We introduce the novel task of Language-Guided Object Placement in Real 3D Scenes. Our model is given a 3D scene's point cloud, a 3D asset, and a textual prompt broadly describing where the 3D asset should be placed. The task here is to find a valid placement for the 3D asset that respects the prompt.
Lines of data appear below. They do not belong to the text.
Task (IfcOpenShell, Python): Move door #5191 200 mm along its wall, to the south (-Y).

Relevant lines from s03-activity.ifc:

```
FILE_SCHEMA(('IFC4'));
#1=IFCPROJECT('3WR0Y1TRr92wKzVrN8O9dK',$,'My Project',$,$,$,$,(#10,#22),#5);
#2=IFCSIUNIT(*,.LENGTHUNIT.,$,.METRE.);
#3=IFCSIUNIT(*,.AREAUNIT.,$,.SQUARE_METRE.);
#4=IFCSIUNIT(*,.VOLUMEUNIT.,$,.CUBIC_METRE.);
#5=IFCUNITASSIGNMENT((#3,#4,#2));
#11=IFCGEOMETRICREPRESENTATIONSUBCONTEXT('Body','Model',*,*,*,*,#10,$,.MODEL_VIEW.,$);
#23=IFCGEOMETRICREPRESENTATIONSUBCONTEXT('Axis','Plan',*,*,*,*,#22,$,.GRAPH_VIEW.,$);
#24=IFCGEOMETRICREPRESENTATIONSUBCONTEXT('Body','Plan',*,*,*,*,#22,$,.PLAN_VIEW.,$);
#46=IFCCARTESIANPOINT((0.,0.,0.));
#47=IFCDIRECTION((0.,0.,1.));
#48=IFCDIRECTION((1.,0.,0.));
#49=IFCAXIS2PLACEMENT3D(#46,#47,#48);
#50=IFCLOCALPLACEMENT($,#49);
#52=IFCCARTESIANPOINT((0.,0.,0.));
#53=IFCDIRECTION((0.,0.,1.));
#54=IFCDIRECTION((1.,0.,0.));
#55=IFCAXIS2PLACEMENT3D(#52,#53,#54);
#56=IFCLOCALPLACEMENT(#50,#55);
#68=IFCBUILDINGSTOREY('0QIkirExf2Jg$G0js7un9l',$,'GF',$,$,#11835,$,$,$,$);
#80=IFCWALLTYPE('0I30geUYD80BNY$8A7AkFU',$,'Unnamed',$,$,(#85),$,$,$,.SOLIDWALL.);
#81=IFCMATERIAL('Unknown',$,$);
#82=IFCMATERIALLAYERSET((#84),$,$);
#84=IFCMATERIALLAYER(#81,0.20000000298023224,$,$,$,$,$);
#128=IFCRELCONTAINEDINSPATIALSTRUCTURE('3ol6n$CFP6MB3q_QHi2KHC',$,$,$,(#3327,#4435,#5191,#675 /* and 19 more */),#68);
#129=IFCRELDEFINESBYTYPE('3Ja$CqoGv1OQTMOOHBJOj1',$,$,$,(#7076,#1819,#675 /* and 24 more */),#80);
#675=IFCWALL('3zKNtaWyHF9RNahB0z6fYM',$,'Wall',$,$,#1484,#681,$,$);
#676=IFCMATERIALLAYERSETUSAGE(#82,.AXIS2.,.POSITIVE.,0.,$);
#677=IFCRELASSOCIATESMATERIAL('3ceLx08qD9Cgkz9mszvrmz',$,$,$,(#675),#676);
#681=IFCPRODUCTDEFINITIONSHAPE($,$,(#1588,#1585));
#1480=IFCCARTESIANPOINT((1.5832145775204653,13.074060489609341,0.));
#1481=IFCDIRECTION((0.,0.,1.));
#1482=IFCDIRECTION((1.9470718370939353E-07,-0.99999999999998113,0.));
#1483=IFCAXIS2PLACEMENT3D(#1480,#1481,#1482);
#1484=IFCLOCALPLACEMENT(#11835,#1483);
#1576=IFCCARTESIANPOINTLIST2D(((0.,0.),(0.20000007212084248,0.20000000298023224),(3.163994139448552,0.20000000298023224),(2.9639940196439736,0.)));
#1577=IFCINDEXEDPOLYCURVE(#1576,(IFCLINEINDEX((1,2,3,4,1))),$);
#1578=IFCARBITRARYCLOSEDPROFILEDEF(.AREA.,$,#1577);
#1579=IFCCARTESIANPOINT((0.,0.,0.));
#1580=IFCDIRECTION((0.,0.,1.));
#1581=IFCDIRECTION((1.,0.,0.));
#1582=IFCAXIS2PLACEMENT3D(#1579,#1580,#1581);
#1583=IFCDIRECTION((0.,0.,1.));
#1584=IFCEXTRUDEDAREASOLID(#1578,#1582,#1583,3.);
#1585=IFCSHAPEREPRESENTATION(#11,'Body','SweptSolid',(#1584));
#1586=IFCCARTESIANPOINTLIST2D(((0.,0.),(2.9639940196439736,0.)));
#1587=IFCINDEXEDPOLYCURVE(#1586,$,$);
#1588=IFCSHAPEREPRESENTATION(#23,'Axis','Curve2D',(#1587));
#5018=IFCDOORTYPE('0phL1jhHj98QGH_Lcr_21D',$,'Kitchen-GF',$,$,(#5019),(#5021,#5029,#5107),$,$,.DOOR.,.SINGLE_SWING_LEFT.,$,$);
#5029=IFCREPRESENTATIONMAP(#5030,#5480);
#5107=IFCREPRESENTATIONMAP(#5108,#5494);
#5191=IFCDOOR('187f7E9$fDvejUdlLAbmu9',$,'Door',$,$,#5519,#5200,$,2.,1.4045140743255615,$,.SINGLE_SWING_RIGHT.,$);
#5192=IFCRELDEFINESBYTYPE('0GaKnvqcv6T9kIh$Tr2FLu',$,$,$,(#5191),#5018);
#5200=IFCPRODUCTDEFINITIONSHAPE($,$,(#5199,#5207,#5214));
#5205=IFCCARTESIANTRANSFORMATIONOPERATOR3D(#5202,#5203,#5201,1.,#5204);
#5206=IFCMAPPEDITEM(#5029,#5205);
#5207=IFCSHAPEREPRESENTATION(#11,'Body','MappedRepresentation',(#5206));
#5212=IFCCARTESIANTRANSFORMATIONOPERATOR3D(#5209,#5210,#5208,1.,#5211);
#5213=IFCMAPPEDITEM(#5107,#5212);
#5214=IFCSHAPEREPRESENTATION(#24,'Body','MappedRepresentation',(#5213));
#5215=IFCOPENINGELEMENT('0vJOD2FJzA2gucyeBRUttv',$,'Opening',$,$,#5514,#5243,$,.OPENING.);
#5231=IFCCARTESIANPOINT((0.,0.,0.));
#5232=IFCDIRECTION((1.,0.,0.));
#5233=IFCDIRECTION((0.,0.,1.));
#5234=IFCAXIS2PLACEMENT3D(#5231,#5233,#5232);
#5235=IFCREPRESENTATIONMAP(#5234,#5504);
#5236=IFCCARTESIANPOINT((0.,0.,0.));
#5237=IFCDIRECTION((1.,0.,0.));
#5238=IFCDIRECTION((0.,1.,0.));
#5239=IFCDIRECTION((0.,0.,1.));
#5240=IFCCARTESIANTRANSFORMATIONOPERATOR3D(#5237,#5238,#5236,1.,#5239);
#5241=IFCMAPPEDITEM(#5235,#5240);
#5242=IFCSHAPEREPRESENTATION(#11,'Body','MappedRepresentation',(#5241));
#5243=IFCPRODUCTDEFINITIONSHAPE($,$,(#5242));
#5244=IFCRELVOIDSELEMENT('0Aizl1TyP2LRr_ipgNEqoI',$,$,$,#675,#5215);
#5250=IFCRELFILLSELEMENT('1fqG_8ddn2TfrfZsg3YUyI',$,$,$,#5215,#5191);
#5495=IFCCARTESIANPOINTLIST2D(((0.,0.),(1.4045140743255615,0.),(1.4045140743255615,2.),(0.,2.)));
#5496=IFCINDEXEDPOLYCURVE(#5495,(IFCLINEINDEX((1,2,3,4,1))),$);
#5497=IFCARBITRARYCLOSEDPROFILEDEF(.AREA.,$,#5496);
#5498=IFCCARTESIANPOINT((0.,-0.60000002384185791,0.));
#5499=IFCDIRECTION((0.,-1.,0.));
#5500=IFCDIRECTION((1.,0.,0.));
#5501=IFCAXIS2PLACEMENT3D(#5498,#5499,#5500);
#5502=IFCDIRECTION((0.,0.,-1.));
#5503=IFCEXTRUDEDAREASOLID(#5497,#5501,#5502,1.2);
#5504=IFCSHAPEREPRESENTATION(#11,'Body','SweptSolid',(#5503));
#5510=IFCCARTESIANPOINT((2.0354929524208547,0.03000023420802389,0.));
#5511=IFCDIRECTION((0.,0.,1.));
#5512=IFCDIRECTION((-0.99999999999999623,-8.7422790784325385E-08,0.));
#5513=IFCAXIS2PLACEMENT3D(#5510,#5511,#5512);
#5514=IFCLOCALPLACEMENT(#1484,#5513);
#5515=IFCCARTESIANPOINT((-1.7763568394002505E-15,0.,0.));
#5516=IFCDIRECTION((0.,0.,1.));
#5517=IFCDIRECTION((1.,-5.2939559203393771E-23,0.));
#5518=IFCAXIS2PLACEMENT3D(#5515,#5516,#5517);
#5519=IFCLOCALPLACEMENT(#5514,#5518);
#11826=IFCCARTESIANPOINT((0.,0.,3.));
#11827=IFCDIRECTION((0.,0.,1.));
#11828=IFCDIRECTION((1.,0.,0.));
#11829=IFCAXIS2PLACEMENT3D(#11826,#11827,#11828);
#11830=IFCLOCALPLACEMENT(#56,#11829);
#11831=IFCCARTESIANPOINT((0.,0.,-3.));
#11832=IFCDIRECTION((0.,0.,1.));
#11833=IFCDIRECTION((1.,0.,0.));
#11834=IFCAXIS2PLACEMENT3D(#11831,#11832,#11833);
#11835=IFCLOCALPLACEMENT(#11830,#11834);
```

```python
import ifcopenshell
import ifcopenshell.api.geometry
import ifcopenshell.util.placement

model = ifcopenshell.open("s03-activity.ifc")

door = model.by_id(5191)
opening = door.FillsVoids[0].RelatingOpeningElement
wall = opening.VoidsElements[0].RelatingBuildingElement

wall_matrix = ifcopenshell.util.placement.get_local_placement(wall.ObjectPlacement)
shift = wall_matrix[:3, 0] * 0.2
before = ifcopenshell.util.placement.get_local_placement(door.ObjectPlacement)[:3, 3].copy()

# The door is placed relative to its opening, so it follows when the opening moves.
matrix = ifcopenshell.util.placement.get_local_placement(opening.ObjectPlacement)
matrix[:3, 3] += shift
ifcopenshell.api.geometry.edit_object_placement(
    model, product=opening, matrix=matrix, is_si=False, should_transform_children=True
)

after = ifcopenshell.util.placement.get_local_placement(door.ObjectPlacement)[:3, 3]
print("door moved by", (after - before).round(3) + 0.0)

model.write("s03-activity_rev.ifc")
```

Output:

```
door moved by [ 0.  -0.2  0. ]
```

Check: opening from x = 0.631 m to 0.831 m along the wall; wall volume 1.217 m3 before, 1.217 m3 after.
Compared with other language-guided localization tasks in 3D scenes such as grounding, this task has specific challenges: it is ambiguous because it has multiple valid solutions, and it requires reasoning about 3D geometric relationships and free space. We inaugurate this task by proposing a new benchmark and evaluation protocol. We also introduce a new dataset for training 3D LLMs on this task, as well as the first method to serve as a non-trivial baseline. We believe that this challenging task and our new benchmark could become part of the suite of benchmarks used to evaluate and compare generalist 3D LLM models.